-------- Dataset records --------

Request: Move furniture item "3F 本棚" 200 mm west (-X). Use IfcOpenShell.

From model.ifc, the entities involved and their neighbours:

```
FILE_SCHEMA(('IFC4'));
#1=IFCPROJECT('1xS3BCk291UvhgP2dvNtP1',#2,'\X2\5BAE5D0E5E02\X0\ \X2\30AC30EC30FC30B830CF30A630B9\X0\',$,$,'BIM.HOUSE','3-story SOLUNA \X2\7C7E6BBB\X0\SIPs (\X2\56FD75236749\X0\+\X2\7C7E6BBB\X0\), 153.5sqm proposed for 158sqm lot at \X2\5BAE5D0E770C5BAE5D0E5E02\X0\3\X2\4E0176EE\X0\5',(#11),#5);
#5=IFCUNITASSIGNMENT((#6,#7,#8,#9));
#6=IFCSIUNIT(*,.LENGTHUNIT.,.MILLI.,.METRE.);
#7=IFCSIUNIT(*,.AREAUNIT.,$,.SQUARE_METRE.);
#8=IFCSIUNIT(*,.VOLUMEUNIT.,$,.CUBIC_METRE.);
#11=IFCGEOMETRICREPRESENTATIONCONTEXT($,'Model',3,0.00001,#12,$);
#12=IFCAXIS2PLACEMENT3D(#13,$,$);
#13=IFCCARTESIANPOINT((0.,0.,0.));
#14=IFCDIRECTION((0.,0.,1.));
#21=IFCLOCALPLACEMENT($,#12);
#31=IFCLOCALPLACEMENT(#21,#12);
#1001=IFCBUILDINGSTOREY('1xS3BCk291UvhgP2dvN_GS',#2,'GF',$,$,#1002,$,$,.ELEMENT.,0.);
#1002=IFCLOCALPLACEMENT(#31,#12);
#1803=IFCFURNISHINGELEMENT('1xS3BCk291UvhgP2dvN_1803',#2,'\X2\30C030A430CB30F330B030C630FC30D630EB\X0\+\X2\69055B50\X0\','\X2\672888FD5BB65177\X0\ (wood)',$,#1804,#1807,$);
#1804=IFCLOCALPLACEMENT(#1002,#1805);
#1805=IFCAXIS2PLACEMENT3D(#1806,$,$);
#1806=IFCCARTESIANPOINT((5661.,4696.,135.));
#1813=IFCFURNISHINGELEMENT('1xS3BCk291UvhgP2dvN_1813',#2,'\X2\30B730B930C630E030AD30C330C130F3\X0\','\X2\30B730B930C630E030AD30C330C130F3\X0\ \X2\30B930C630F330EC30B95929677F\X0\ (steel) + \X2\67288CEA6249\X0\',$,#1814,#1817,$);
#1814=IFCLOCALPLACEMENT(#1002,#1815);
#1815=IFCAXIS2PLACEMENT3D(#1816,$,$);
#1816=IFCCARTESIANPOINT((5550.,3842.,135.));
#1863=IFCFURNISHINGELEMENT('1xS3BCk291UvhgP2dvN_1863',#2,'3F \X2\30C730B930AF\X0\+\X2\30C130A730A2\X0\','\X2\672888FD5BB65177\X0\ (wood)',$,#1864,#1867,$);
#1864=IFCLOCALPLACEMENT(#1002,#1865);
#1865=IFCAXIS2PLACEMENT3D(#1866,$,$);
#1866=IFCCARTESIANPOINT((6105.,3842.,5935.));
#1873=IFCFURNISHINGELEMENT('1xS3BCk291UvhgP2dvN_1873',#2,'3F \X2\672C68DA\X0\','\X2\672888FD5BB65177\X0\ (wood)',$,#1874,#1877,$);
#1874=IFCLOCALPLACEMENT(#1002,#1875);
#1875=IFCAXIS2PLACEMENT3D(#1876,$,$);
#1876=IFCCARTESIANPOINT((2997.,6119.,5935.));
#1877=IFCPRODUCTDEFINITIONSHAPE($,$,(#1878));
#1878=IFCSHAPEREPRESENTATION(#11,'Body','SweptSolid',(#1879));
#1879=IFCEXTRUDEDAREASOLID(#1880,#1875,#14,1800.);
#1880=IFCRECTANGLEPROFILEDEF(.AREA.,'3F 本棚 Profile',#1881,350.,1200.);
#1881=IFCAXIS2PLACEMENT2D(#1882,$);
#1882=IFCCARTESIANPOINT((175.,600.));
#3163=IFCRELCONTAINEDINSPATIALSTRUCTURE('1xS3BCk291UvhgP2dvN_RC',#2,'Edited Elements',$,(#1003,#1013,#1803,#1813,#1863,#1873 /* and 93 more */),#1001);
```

```python
import ifcopenshell
import ifcopenshell.api.geometry
import ifcopenshell.util.placement

model = ifcopenshell.open("model.ifc")

item = model.by_guid("1xS3BCk291UvhgP2dvN_1873")
matrix = ifcopenshell.util.placement.get_local_placement(item.ObjectPlacement)
matrix[0, 3] -= 200.0
ifcopenshell.api.geometry.edit_object_placement(model, product=item, matrix=matrix, is_si=False)

print(ifcopenshell.util.placement.get_local_placement(item.ObjectPlacement).round(3) + 0.0)

model.write("model_edited.ifc")
```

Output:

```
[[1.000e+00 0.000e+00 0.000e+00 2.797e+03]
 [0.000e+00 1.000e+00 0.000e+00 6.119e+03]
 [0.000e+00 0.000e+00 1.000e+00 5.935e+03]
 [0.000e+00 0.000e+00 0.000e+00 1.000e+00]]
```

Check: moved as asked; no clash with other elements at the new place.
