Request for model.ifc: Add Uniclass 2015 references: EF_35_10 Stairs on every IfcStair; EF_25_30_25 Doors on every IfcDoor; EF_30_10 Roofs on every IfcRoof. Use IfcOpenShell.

First a look at what the model holds.

```python
import ifcopenshell

model = ifcopenshell.open("model.ifc")
print(model.schema)
print("classifications:", [c.Name for c in model.by_type("IfcClassification")])
for ifc_class in ("IfcDoor", "IfcRoof", "IfcStair", "IfcWall", "IfcWindow"):
    print(ifc_class, len(model.by_type(ifc_class)))
```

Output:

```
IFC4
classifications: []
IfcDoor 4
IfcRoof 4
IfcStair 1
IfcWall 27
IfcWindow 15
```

```python
import ifcopenshell
import ifcopenshell.api.classification

model = ifcopenshell.open("model.ifc")

system = ifcopenshell.api.classification.add_classification(model, classification="Uniclass 2015")

codes = {
    "IfcStair": ("EF_35_10", "Stairs"),
    "IfcDoor": ("EF_25_30_25", "Doors"),
    "IfcRoof": ("EF_30_10", "Roofs"),
}
for ifc_class, (code, name) in codes.items():
    products = model.by_type(ifc_class)
    ifcopenshell.api.classification.add_reference(
        model, products=products, classification=system, identification=code, name=name
    )
    print(code, len(products))

model.write("model_edited.ifc")
```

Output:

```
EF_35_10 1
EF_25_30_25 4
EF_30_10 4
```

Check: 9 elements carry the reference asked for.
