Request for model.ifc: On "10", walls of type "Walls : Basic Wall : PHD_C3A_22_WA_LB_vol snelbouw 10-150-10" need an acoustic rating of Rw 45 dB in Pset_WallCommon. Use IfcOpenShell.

First a look at what the model holds.

```python
import ifcopenshell
import ifcopenshell.util.element

model = ifcopenshell.open("model.ifc")
print(model.schema)
storey = next(s for s in model.by_type("IfcBuildingStorey") if s.Name == "10")
walls = [e for e in ifcopenshell.util.element.get_decomposition(storey) if e.is_a("IfcWall")]
seen = {}
for e in walls:
    element_type = ifcopenshell.util.element.get_type(e)
    key = (element_type.Name if element_type != e and element_type else None, ifcopenshell.util.element.get_pset(e, "Pset_WallCommon", "AcousticRating"))
    seen[key] = seen.get(key, 0) + 1
for (name, value), count in sorted(seen.items(), key=str):
    print(count, "x", name, "|", value)
```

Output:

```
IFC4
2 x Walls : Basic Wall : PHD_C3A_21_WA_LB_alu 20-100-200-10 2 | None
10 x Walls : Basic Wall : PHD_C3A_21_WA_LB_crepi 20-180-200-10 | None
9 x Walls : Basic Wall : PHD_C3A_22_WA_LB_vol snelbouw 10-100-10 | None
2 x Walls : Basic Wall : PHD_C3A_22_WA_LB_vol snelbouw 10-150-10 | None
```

```python
import ifcopenshell
import ifcopenshell.api.pset
import ifcopenshell.util.element

model = ifcopenshell.open("model.ifc")

storey = next(s for s in model.by_type("IfcBuildingStorey") if s.Name == "10")
walls = [e for e in ifcopenshell.util.element.get_decomposition(storey) if e.is_a("IfcWall")]

count = 0
for e in walls:
    element_type = ifcopenshell.util.element.get_type(e)
    if element_type in (None, e) or element_type.Name != "Walls : Basic Wall : PHD_C3A_22_WA_LB_vol snelbouw 10-150-10":
        continue
    # add_pset returns the element's existing set when there is one.
    pset = ifcopenshell.api.pset.add_pset(model, product=e, name="Pset_WallCommon")
    ifcopenshell.api.pset.edit_pset(model, pset=pset, properties={"AcousticRating": "Rw 45 dB"})
    count += 1

print(count, "walls updated")

model.write("model_edited.ifc")
```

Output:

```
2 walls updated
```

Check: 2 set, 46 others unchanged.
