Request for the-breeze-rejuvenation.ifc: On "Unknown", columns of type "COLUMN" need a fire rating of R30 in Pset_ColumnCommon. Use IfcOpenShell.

First a look at what the model holds.

```python
import ifcopenshell
import ifcopenshell.util.element

model = ifcopenshell.open("the-breeze-rejuvenation.ifc")
print(model.schema)
storey = next(s for s in model.by_type("IfcBuildingStorey") if s.Name == "Unknown")
columns = [e for e in ifcopenshell.util.element.get_decomposition(storey) if e.is_a("IfcColumn")]
seen = {}
for e in columns:
    element_type = ifcopenshell.util.element.get_type(e)
    key = (element_type.Name if element_type != e and element_type else None, ifcopenshell.util.element.get_pset(e, "Pset_ColumnCommon", "FireRating"))
    seen[key] = seen.get(key, 0) + 1
for (name, value), count in sorted(seen.items(), key=str):
    print(count, "x", name, "|", value)
```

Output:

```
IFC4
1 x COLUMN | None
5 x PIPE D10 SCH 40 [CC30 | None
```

```python
import ifcopenshell
import ifcopenshell.api.pset
import ifcopenshell.util.element

model = ifcopenshell.open("the-breeze-rejuvenation.ifc")

storey = next(s for s in model.by_type("IfcBuildingStorey") if s.Name == "Unknown")
columns = [e for e in ifcopenshell.util.element.get_decomposition(storey) if e.is_a("IfcColumn")]

count = 0
for e in columns:
    element_type = ifcopenshell.util.element.get_type(e)
    if element_type in (None, e) or element_type.Name != "COLUMN":
        continue
    found = ifcopenshell.util.element.get_pset(e, "Pset_ColumnCommon", should_inherit=False)
    if found:
        pset = model.by_id(found["id"])
        if len(ifcopenshell.util.element.get_elements_by_pset(pset)) > 1:
            pset = ifcopenshell.api.pset.unshare_pset(model, products=[e], pset=pset)[0]
    else:
        pset = ifcopenshell.api.pset.add_pset(model, product=e, name="Pset_ColumnCommon")
    ifcopenshell.api.pset.edit_pset(model, pset=pset, properties={"FireRating": "R30"})
    count += 1

print(count, "columns updated")

model.write("the-breeze-rejuvenation_v2.ifc")
```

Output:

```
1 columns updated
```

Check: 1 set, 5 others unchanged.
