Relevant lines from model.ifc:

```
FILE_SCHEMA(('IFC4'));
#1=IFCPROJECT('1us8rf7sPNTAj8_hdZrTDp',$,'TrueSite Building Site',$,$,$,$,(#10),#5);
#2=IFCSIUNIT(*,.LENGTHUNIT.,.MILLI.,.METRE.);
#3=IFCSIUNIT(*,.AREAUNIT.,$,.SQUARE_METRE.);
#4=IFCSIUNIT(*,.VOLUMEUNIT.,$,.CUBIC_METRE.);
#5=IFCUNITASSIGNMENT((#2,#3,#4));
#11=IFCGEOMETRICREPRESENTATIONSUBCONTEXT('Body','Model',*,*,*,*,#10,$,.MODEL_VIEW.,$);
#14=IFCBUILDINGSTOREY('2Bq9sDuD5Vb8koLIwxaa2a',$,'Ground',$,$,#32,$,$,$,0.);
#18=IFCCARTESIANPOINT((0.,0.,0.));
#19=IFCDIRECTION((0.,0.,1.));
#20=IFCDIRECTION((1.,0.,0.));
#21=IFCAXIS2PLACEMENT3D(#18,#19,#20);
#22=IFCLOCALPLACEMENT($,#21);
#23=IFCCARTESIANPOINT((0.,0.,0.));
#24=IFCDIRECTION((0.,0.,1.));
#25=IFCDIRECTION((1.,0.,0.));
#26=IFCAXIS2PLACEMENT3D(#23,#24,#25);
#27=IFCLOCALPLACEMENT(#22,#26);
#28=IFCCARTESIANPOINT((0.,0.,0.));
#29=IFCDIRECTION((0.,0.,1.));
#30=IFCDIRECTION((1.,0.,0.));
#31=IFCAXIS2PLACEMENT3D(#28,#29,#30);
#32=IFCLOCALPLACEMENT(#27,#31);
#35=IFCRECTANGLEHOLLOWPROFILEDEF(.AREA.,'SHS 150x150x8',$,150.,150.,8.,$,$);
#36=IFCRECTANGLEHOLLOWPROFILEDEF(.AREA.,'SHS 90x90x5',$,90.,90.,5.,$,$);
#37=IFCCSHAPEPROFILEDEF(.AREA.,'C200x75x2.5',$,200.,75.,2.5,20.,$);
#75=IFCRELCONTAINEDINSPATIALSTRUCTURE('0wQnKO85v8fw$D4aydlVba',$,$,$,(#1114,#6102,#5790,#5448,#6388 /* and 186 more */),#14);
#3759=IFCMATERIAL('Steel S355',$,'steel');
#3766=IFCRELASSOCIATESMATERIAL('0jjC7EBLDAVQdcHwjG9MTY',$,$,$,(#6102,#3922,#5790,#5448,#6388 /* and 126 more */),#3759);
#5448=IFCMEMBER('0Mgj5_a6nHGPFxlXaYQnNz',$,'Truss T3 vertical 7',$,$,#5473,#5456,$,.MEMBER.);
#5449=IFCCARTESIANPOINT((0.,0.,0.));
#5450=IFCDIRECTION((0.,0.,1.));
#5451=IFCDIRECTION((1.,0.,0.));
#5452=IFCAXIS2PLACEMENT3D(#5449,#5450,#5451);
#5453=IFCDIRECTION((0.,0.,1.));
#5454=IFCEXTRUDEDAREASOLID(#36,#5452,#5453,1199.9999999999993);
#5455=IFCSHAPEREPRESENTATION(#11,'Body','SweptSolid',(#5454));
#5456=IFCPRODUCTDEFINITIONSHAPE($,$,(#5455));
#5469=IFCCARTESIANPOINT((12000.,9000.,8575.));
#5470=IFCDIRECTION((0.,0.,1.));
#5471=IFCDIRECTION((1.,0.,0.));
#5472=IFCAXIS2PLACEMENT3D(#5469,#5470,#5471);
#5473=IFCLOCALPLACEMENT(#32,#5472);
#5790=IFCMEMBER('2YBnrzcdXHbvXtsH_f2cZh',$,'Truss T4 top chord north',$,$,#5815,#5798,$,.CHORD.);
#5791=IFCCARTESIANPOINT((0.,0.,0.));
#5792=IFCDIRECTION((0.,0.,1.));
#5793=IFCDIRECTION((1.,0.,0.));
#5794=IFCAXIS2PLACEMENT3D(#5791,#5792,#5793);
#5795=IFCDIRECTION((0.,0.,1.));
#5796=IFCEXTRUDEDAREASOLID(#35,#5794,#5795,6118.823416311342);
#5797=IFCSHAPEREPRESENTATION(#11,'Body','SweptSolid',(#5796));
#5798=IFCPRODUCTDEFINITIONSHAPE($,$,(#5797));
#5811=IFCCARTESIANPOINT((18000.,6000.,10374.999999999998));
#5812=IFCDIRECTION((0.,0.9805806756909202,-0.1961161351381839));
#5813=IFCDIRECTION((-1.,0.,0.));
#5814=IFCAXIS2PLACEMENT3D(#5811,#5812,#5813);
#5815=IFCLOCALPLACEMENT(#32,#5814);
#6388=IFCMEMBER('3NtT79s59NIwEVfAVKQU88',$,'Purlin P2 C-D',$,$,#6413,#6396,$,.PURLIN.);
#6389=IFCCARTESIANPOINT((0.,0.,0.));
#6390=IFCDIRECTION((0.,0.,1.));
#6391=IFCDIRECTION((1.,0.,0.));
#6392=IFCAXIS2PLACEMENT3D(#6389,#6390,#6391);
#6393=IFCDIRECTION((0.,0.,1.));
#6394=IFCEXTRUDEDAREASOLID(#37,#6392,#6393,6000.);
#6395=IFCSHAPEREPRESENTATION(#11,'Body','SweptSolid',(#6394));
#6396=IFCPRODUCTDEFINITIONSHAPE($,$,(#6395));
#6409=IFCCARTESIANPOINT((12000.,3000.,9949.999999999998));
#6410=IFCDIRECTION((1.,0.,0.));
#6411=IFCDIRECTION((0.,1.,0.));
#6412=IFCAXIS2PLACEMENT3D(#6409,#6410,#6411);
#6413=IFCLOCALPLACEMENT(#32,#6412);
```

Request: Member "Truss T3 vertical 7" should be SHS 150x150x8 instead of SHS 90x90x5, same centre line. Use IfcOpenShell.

```python
import ifcopenshell
import ifcopenshell.util.element
import ifcopenshell.util.representation

model = ifcopenshell.open("model.ifc")

member = model.by_guid("0Mgj5_a6nHGPFxlXaYQnNz")
source = next(p for p in model.by_type("IfcRectangleHollowProfileDef") if p.ProfileName == "SHS 150x150x8")

body = ifcopenshell.util.representation.get_representation(member, "Model", "Body")
solid = body.Items[0]
old_profile = solid.SweptArea

# Copy the section's sizes but keep this member's own profile position.
profile = ifcopenshell.util.element.copy(model, source)
profile.Position = old_profile.Position
solid.SweptArea = profile
if not model.get_total_inverses(old_profile):
    ifcopenshell.util.element.remove_deep2(model, old_profile)

print(solid.SweptArea)

model.write("model_edited.ifc")
```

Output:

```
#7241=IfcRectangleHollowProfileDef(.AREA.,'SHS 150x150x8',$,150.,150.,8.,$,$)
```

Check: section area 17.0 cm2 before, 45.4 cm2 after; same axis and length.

--------

Problem requirements
If a line in the records holds the string "IFCEXTRUDEDAREASOLID", copy it.

Solution to this exercise
#1879=IFCEXTRUDEDAREASOLID(#1880,#1875,#14,1800.);
#5454=IFCEXTRUDEDAREASOLID(#36,#5452,#5453,1199.9999999999993);
#5796=IFCEXTRUDEDAREASOLID(#35,#5794,#5795,6118.823416311342);
#6394=IFCEXTRUDEDAREASOLID(#37,#6392,#6393,6000.);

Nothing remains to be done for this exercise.